WORK TO BE COMPLETED: Give back all of the data verbatim.

----

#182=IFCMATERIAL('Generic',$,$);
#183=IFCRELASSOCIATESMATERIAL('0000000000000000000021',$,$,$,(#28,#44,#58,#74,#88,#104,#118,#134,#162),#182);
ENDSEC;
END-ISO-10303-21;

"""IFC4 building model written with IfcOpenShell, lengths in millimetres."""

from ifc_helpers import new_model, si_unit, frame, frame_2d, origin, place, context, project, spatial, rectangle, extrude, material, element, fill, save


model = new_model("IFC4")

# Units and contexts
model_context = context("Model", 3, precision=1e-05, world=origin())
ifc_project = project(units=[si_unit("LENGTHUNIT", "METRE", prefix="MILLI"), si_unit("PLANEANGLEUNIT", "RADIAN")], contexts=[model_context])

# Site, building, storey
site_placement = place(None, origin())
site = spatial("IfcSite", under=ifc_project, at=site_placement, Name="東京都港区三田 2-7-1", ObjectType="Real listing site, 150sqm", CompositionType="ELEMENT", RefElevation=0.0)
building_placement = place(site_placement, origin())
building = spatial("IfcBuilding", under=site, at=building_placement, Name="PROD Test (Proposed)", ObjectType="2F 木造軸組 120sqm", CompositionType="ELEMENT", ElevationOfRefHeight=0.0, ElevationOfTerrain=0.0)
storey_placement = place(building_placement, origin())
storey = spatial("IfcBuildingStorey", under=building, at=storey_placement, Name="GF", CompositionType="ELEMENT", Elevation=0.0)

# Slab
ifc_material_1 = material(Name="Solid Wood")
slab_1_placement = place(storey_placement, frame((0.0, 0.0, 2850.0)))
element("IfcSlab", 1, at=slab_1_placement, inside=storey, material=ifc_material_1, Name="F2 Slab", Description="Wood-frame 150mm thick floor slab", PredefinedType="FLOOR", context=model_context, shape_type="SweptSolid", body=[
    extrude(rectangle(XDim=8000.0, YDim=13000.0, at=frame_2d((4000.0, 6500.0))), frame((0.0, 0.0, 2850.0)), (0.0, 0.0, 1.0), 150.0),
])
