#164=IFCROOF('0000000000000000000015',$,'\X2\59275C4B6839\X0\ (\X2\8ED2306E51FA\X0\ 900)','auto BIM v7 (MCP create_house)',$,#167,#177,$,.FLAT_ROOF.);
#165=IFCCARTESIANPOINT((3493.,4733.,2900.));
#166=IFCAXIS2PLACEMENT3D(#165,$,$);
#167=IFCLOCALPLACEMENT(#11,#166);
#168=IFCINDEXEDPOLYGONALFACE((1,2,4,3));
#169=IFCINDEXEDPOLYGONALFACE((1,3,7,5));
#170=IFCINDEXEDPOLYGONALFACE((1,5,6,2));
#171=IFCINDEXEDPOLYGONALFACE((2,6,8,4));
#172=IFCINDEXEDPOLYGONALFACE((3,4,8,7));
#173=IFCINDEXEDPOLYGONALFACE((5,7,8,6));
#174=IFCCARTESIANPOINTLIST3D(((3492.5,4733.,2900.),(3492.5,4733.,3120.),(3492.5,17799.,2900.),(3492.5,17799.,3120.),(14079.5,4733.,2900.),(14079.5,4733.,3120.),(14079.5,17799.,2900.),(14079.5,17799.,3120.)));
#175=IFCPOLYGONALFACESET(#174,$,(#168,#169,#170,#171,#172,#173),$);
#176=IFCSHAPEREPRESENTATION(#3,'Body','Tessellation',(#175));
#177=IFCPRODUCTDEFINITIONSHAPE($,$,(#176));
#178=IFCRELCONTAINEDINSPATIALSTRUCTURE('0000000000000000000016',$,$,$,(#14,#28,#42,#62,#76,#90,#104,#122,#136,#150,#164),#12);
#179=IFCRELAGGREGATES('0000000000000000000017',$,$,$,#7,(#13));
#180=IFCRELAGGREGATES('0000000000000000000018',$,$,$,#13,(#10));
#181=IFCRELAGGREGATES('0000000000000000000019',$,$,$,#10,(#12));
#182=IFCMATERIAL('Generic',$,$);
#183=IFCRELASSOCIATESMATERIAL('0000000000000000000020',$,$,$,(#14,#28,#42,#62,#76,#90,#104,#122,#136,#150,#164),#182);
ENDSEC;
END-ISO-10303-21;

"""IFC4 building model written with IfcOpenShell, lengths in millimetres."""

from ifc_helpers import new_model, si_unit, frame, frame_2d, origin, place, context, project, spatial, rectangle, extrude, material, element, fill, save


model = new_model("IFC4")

----

REPLY:
#182=IFCMATERIAL('Generic',$,$);
#183=IFCRELASSOCIATESMATERIAL('0000000000000000000021',$,$,$,(#28,#44,#58,#74,#88,#104,#118,#134,#162),#182);
ENDSEC;
END-ISO-10303-21;

"""IFC4 building model written with IfcOpenShell, lengths in millimetres."""

from ifc_helpers import new_model, si_unit, frame, frame_2d, origin, place, context, project, spatial, rectangle, extrude, material, element, fill, save


model = new_model("IFC4")

# Units and contexts
model_context = context("Model", 3, precision=1e-05, world=origin())
ifc_project = project(units=[si_unit("LENGTHUNIT", "METRE", prefix="MILLI"), si_unit("PLANEANGLEUNIT", "RADIAN")], contexts=[model_context])

# Site, building, storey
site_placement = place(None, origin())
site = spatial("IfcSite", under=ifc_project, at=site_placement, Name="東京都港区三田 2-7-1", ObjectType="Real listing site, 150sqm", CompositionType="ELEMENT", RefElevation=0.0)
building_placement = place(site_placement, origin())
building = spatial("IfcBuilding", under=site, at=building_placement, Name="PROD Test (Proposed)", ObjectType="2F 木造軸組 120sqm", CompositionType="ELEMENT", ElevationOfRefHeight=0.0, ElevationOfTerrain=0.0)
storey_placement = place(building_placement, origin())
storey = spatial("IfcBuildingStorey", under=building, at=storey_placement, Name="GF", CompositionType="ELEMENT", Elevation=0.0)

# Slab
ifc_material_1 = material(Name="Solid Wood")
slab_1_placement = place(storey_placement, frame((0.0, 0.0, 2850.0)))
element("IfcSlab", 1, at=slab_1_placement, inside=storey, material=ifc_material_1, Name="F2 Slab", Description="Wood-frame 150mm thick floor slab", PredefinedType="FLOOR", context=model_context, shape_type="SweptSolid", body=[
    extrude(rectangle(XDim=8000.0, YDim=13000.0, at=frame_2d((4000.0, 6500.0))), frame((0.0, 0.0, 2850.0)), (0.0, 0.0, 1.0), 150.0),
])
#164=IFCROOF('0000000000000000000015',$,'\X2\59275C4B6839\X0\ (\X2\8ED2306E51FA\X0\ 900)','auto BIM v7 (MCP create_house)',$,#167,#177,$,.FLAT_ROOF.);
#165=IFCCARTESIANPOINT((3493.,4733.,2900.));
#166=IFCAXIS2PLACEMENT3D(#165,$,$);
#167=IFCLOCALPLACEMENT(#11,#166);
#168=IFCINDEXEDPOLYGONALFACE((1,2,4,3));
#169=IFCINDEXEDPOLYGONALFACE((1,3,7,5));
#170=IFCINDEXEDPOLYGONALFACE((1,5,6,2));
#171=IFCINDEXEDPOLYGONALFACE((2,6,8,4));
#172=IFCINDEXEDPOLYGONALFACE((3,4,8,7));
#173=IFCINDEXEDPOLYGONALFACE((5,7,8,6));
#174=IFCCARTESIANPOINTLIST3D(((3492.5,4733.,2900.),(3492.5,4733.,3120.),(3492.5,17799.,2900.),(3492.5,17799.,3120.),(14079.5,4733.,2900.),(14079.5,4733.,3120.),(14079.5,17799.,2900.),(14079.5,17799.,3120.)));
#175=IFCPOLYGONALFACESET(#174,$,(#168,#169,#170,#171,#172,#173),$);
#176=IFCSHAPEREPRESENTATION(#3,'Body','Tessellation',(#175));
#177=IFCPRODUCTDEFINITIONSHAPE($,$,(#176));
#178=IFCRELCONTAINEDINSPATIALSTRUCTURE('0000000000000000000016',$,$,$,(#14,#28,#42,#62,#76,#90,#104,#122,#136,#150,#164),#12);
#179=IFCRELAGGREGATES('0000000000000000000017',$,$,$,#7,(#13));
#180=IFCRELAGGREGATES('0000000000000000000018',$,$,$,#13,(#10));
#181=IFCRELAGGREGATES('0000000000000000000019',$,$,$,#10,(#12));
#182=IFCMATERIAL('Generic',$,$);
#183=IFCRELASSOCIATESMATERIAL('0000000000000000000020',$,$,$,(#14,#28,#42,#62,#76,#90,#104,#122,#136,#150,#164),#182);
ENDSEC;
END-ISO-10303-21;

"""IFC4 building model written with IfcOpenShell, lengths in millimetres."""

from ifc_helpers import new_model, si_unit, frame, frame_2d, origin, place, context, project, spatial, rectangle, extrude, material, element, fill, save


model = new_model("IFC4")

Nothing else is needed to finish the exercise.